Williams filed a motion for summary judgment.   The trial court granted Williams' motion as to the issue of punitive and consequential damages, but found that a jury issue existed regarding whether the parties entered into an agreement concerning the disposition of the life insurance proceeds.   Hardwick appeals, alleging the trial court erred in granting summary judgment on his punitive and consequential damages claims.   We find no error.

 In the argument in support of his appellate brief, Hardwick alleges that because of Williams' refusal to pay him the $3,000, his wife's body was “locked away” from him for four days.   As a result, Hardwick contends he has “not been able to sleep, or hold down a job due to the emotional distress suffered by him.”  “Because [Hardwick's] claims for mental pain and suffering are not pecuniary damages, they cannot be recovered pursuant to [his] contract claims.” 1  Moreover, it is well established that punitive damages are not recoverable in actions for breach of contract.2  The trial court did not err by granting summary judgment on the punitive and consequential damages claims.

Judgment affirmed.

FOOTNOTES

1.   Bauer v. N. Fulton Med. Center, 241 Ga.App. 568, 572(3)(b), 527 S.E.2d 240 (1999);  see also Cheeley v. Henderson, 197 Ga.App. 543, 547(2), 398 S.E.2d 787 (1990) (where only cause of action was suit on contract, court properly entered summary judgment on prayer for mental distress damages), rev'd on other grounds, 261 Ga. 498, 405 S.E.2d 865 (1991);  Rogers v.

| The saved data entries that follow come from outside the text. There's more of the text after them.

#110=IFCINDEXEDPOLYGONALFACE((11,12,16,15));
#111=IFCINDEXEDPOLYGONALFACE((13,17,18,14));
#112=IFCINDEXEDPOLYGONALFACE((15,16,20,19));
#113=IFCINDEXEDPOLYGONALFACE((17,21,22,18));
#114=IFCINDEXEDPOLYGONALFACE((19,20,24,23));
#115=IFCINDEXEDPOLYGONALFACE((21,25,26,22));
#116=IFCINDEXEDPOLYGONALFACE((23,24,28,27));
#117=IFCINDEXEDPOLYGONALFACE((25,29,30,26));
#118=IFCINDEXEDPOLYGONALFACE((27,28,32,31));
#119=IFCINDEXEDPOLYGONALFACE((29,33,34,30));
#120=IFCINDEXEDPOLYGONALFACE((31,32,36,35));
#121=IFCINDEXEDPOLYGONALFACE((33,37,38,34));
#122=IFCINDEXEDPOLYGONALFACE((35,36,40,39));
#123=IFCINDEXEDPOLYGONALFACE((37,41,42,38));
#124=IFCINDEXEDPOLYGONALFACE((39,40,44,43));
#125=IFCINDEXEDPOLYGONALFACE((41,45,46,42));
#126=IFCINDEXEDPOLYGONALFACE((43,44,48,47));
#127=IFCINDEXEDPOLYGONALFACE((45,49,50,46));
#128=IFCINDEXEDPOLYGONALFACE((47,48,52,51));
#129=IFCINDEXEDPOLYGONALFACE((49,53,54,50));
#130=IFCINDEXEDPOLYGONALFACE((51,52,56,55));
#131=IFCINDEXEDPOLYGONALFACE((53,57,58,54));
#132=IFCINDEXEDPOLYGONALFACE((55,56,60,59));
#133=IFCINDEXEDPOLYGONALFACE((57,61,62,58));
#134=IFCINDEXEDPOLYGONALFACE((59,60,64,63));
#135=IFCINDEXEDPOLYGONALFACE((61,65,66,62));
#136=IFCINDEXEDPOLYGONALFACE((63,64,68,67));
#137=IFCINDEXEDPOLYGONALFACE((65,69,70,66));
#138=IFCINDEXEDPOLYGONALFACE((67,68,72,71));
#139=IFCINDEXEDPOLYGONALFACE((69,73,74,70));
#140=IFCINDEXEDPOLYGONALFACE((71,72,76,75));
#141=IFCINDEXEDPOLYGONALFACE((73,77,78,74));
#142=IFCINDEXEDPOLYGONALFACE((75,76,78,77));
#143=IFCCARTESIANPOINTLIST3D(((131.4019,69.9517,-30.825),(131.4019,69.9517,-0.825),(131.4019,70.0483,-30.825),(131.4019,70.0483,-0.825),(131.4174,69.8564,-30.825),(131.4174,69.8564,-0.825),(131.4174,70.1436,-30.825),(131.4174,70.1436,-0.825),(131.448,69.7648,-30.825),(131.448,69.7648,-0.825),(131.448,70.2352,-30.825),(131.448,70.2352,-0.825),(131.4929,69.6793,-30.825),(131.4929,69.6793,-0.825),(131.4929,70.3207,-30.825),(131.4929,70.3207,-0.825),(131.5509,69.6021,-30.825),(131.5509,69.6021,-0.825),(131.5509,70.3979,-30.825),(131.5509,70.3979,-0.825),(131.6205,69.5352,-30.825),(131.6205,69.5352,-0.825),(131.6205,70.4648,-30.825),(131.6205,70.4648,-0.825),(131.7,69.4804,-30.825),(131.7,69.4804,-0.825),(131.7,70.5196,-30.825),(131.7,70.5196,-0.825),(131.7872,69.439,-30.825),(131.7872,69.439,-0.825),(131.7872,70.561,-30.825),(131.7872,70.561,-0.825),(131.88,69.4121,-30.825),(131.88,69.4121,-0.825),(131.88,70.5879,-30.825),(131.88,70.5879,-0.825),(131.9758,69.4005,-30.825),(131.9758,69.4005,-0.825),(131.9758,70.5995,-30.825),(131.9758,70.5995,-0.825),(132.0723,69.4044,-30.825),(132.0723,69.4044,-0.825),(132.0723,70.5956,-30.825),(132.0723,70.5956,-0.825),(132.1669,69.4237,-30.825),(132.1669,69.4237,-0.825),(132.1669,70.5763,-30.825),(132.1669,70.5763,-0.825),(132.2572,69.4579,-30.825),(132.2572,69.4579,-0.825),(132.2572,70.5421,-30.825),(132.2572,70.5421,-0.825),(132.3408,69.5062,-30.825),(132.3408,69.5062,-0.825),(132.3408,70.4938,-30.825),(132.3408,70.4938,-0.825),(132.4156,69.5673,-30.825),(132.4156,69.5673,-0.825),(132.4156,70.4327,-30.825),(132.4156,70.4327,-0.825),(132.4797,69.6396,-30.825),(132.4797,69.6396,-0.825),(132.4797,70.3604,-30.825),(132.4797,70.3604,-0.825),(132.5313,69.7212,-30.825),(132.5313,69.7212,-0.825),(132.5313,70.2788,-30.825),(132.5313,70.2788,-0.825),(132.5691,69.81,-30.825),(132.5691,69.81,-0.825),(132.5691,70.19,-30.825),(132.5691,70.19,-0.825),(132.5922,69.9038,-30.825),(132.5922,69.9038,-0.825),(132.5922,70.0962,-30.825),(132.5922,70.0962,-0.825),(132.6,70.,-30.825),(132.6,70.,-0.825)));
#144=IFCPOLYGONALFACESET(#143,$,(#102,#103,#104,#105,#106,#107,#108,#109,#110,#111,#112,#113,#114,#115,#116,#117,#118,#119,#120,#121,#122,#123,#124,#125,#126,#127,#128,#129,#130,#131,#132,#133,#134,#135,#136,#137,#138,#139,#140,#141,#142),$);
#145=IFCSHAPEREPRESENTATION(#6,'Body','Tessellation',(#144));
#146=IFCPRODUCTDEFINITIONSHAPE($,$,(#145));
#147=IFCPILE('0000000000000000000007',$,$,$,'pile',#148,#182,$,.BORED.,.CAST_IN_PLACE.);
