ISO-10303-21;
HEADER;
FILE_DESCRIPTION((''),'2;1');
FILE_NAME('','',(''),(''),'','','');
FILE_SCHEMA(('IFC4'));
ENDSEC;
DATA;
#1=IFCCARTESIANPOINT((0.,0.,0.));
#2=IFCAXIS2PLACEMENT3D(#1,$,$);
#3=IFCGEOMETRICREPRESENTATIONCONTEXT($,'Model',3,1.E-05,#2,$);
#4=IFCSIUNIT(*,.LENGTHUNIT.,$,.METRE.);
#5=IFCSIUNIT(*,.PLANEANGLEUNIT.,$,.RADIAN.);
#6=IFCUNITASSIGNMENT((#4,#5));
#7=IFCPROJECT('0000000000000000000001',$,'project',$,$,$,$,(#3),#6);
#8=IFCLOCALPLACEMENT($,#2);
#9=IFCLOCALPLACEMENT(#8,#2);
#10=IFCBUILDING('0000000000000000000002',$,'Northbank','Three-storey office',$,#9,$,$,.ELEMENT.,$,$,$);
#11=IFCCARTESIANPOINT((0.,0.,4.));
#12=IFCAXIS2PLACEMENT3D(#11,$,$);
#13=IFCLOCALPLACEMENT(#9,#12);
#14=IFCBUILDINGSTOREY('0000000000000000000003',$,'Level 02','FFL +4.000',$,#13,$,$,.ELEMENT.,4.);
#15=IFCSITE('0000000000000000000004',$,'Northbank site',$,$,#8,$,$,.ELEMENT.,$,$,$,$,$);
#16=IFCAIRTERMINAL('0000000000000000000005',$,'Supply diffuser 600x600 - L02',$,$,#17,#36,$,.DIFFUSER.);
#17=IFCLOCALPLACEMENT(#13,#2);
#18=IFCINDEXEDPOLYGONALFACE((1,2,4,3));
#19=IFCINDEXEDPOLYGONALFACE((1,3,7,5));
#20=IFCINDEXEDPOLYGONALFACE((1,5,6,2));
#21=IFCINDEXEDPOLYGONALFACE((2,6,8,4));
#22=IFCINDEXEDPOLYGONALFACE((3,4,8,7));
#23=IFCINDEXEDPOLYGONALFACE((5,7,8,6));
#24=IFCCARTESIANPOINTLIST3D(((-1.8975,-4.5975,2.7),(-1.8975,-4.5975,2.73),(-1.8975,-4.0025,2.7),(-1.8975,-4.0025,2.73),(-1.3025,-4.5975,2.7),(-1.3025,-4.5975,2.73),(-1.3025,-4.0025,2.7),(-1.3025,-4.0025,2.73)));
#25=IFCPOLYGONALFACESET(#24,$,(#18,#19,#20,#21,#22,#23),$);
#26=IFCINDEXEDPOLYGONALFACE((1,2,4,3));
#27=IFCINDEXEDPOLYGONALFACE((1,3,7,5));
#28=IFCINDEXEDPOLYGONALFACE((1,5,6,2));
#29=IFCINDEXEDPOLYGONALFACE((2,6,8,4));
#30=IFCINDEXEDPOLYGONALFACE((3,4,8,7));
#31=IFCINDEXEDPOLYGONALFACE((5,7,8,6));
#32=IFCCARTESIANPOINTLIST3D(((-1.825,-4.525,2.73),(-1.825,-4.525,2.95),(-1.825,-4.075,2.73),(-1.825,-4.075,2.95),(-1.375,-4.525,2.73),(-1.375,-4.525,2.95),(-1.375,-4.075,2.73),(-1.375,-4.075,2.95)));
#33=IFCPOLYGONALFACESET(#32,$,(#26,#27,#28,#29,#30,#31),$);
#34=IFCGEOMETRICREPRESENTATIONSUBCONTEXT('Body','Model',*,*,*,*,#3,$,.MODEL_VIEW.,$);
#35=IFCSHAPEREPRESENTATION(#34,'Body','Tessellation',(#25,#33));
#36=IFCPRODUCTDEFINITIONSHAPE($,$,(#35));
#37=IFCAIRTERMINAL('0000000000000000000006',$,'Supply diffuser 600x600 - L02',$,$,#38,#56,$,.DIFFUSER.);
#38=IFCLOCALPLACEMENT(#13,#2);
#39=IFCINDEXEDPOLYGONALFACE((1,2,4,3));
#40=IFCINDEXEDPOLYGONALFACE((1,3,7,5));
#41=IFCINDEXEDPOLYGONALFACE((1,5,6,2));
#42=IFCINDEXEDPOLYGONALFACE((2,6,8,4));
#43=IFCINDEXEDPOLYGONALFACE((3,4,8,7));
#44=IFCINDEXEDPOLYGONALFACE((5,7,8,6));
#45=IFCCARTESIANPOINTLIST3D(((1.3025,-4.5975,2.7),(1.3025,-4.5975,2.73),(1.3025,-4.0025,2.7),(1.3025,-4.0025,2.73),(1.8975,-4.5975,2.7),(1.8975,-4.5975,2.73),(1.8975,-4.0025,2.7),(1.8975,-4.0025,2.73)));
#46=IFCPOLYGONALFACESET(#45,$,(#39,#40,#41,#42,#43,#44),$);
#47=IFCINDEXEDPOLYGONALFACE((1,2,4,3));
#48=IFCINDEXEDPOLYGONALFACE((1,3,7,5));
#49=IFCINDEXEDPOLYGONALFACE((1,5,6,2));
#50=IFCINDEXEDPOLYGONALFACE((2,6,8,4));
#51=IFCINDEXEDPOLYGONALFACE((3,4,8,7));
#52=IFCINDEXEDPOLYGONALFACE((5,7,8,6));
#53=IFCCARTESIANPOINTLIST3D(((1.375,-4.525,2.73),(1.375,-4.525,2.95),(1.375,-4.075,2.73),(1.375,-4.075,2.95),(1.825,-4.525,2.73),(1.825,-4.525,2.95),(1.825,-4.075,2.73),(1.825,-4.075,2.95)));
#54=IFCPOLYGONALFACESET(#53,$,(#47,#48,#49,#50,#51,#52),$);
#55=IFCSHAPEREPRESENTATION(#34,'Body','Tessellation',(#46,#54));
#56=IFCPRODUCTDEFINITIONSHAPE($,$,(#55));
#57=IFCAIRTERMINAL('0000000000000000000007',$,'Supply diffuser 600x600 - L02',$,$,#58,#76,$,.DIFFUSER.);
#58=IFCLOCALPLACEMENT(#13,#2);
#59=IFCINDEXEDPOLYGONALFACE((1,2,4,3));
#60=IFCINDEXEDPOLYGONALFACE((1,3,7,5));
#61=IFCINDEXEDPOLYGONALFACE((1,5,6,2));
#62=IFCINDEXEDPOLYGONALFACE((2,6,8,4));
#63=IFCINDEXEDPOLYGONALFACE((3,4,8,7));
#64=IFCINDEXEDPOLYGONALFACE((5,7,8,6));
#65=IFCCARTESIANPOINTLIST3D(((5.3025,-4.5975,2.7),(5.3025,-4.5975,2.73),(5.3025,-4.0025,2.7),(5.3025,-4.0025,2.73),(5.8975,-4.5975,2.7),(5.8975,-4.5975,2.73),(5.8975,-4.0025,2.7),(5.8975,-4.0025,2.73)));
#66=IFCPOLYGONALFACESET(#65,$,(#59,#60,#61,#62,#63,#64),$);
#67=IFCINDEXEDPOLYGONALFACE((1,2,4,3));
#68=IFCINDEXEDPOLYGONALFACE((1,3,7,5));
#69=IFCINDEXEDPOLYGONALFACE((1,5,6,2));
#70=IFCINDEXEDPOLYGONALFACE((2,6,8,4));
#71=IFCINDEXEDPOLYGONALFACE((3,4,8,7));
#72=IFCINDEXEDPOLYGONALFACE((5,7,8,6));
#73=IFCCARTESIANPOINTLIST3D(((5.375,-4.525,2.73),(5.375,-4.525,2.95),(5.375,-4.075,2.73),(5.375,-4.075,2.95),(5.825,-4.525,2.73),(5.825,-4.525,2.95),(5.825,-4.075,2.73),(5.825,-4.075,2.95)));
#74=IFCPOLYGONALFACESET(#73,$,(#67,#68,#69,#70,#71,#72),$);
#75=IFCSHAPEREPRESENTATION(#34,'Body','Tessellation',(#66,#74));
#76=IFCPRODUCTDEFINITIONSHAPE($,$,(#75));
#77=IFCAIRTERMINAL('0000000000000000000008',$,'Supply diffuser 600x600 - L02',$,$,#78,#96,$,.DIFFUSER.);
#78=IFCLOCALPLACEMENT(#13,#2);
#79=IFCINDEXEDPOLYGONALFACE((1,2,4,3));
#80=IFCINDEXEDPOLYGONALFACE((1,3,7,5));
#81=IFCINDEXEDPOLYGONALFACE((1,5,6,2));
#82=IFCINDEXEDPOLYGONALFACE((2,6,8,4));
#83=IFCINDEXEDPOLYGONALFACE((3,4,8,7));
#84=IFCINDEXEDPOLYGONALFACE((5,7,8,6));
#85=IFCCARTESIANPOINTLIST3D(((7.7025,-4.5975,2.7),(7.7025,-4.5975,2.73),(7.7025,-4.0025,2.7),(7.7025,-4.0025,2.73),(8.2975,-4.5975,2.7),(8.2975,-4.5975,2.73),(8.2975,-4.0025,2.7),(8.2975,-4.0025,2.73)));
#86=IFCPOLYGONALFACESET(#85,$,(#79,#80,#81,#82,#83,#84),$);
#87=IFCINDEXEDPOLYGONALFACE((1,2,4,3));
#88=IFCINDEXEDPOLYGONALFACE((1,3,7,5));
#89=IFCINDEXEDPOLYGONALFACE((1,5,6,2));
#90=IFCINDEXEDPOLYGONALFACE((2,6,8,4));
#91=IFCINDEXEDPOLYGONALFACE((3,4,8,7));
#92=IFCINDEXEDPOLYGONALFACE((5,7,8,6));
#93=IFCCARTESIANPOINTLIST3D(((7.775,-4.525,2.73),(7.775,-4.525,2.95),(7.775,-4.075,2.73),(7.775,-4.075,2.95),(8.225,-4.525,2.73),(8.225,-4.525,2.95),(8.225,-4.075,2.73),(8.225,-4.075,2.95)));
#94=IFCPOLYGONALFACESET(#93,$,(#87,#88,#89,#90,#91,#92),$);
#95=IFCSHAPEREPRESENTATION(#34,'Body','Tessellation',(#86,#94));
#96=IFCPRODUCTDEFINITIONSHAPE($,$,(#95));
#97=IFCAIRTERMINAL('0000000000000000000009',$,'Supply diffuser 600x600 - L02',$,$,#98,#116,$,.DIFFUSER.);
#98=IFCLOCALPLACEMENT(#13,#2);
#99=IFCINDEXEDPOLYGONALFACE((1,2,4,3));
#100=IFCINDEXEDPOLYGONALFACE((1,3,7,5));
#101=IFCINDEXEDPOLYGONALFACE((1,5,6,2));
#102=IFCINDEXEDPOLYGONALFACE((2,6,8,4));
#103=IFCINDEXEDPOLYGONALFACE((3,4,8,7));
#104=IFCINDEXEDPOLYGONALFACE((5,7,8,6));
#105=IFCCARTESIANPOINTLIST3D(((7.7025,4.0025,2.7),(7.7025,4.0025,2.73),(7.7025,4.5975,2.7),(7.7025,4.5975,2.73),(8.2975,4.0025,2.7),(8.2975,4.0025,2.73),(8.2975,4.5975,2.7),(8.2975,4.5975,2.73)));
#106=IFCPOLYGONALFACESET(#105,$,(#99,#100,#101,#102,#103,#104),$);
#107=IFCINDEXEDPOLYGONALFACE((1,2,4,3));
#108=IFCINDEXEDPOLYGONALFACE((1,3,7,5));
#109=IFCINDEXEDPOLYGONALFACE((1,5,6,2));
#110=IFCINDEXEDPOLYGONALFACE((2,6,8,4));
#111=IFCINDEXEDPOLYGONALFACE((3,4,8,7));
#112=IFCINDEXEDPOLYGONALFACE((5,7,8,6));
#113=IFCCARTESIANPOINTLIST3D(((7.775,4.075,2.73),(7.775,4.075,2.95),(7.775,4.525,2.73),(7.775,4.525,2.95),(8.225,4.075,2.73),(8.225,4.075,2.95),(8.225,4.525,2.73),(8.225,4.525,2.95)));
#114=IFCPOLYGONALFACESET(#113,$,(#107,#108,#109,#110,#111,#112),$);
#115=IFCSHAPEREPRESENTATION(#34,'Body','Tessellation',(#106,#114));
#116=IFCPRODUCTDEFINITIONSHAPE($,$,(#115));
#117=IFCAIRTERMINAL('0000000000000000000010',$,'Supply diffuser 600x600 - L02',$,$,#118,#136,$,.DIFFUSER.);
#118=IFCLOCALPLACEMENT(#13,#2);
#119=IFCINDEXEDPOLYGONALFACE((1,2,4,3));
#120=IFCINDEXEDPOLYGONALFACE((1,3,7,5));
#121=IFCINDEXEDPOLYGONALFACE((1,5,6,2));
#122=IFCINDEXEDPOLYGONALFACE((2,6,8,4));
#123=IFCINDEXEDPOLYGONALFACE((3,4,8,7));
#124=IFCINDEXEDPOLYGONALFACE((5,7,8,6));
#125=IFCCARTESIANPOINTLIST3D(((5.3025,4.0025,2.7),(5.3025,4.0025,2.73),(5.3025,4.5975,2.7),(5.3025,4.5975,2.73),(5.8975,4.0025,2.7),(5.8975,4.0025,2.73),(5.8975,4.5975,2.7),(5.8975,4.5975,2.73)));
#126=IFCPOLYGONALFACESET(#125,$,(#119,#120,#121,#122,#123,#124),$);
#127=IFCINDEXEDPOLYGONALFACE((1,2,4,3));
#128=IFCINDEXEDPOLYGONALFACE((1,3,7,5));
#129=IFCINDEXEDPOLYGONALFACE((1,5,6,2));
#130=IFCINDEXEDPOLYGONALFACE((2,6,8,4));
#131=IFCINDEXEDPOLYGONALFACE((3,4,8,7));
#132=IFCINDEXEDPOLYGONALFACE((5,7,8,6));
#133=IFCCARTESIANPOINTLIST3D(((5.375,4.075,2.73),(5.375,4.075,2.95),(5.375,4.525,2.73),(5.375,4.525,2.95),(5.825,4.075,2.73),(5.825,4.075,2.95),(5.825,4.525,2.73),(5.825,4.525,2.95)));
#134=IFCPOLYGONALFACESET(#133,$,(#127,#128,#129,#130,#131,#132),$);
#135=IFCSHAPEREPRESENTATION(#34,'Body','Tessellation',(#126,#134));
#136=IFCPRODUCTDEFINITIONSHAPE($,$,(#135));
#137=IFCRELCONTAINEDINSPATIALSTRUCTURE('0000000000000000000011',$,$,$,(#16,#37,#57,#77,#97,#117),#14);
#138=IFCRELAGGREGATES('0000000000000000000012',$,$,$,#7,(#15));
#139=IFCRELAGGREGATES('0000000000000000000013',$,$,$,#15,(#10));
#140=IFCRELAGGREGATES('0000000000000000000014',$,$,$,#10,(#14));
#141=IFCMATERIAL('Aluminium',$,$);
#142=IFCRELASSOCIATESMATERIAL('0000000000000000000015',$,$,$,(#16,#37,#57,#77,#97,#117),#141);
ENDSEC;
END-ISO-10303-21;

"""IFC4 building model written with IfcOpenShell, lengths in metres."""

from ifc_helpers import new_model, si_unit, frame, origin, place, context, subcontext, project, spatial, rectangle, extrude, material, element, save


model = new_model("IFC4")

# Units and contexts
model_context = context("Model", 3, precision=1e-05, world=origin())
body_context = subcontext(model_context, "Body", "Model", "MODEL_VIEW")
ifc_project = project(units=[si_unit("LENGTHUNIT", "METRE"), si_unit("PLANEANGLEUNIT", "RADIAN")], contexts=[model_context])

# Site, building, storey
site_placement = place(None, origin())
site = spatial("IfcSite", under=ifc_project, at=site_placement, Name="Northbank site", CompositionType="ELEMENT")
building_placement = place(site_placement, origin())
building = spatial("IfcBuilding", under=site, at=building_placement, Name="Northbank", Description="Three-storey office", CompositionType="ELEMENT")
storey_placement = place(building_placement, frame((0.0, 0.0, 4.0)))
storey = spatial("IfcBuildingStorey", under=building, at=storey_placement, Name="Level 02", Description="FFL +4.000", CompositionType="ELEMENT", Elevation=4.0)

# Air terminal
ifc_material_1 = material(Name="Aluminium")
air_terminal_1_placement = place(storey_placement, frame((0.0, 0.0, -4.0)))
element("IfcAirTerminal", 1, at=air_terminal_1_placement, inside=storey, material=ifc_material_1, Name="Supply diffuser 600x600 - L02", PredefinedType="DIFFUSER", context=body_context, shape_type="SweptSolid", body=[
    extrude(rectangle(XDim=0.595, YDim=0.595), frame((-1.6, -4.3, 6.7)), (0.0, 0.0, 1.0), 0.03),
    extrude(rectangle(XDim=0.45, YDim=0.45), frame((-1.6, -4.3, 6.73)), (0.0, 0.0, 1.0), 0.22),
])

# Air terminal
air_terminal_2_placement = place(storey_placement, frame((0.0, 0.0, -4.0)))
element("IfcAirTerminal", 2, at=air_terminal_2_placement, inside=storey, material=ifc_material_1, Name="Supply diffuser 600x600 - L02", PredefinedType="DIFFUSER", context=body_context, shape_type="SweptSolid", body=[
    extrude(rectangle(XDim=0.595, YDim=0.595), frame((1.6, -4.3, 6.7)), (0.0, 0.0, 1.0), 0.03),
    extrude(rectangle(XDim=0.45, YDim=0.45), frame((1.6, -4.3, 6.73)), (0.0, 0.0, 1.0), 0.22),
])

# Air terminal
air_terminal_3_placement = place(storey_placement, frame((0.0, 0.0, -4.0)))
element("IfcAirTerminal", 3, at=air_terminal_3_placement, inside=storey, material=ifc_material_1, Name="Supply diffuser 600x600 - L02", PredefinedType="DIFFUSER", context=body_context, shape_type="SweptSolid", body=[
    extrude(rectangle(XDim=0.595, YDim=0.595), frame((5.6, -4.3, 6.7)), (0.0, 0.0, 1.0), 0.03),
    extrude(rectangle(XDim=0.45, YDim=0.45), frame((5.6, -4.3, 6.73)), (0.0, 0.0, 1.0), 0.22),
])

Ga. Ports Auth., 183 Ga.App. 325, 329(3), 358 S.E.2d 855 (1987) (damages for mental pain and suffering are not compensable in a contract action in the absence of fraud).

2.   OCGA §§ 13-6-10; 51-12-5.1;  Trust Co. Bank v. C & S Trust Co., 260 Ga. 124, 126(1), 390 S.E.2d 589 (1990);  McDuffie v. Argroves, 230 Ga.App. 723, 726(3), 497 S.E.2d 5 (1998).

JOHNSON, Presiding Judge.

SMITH, C.J., and PHIPPS, J., concur.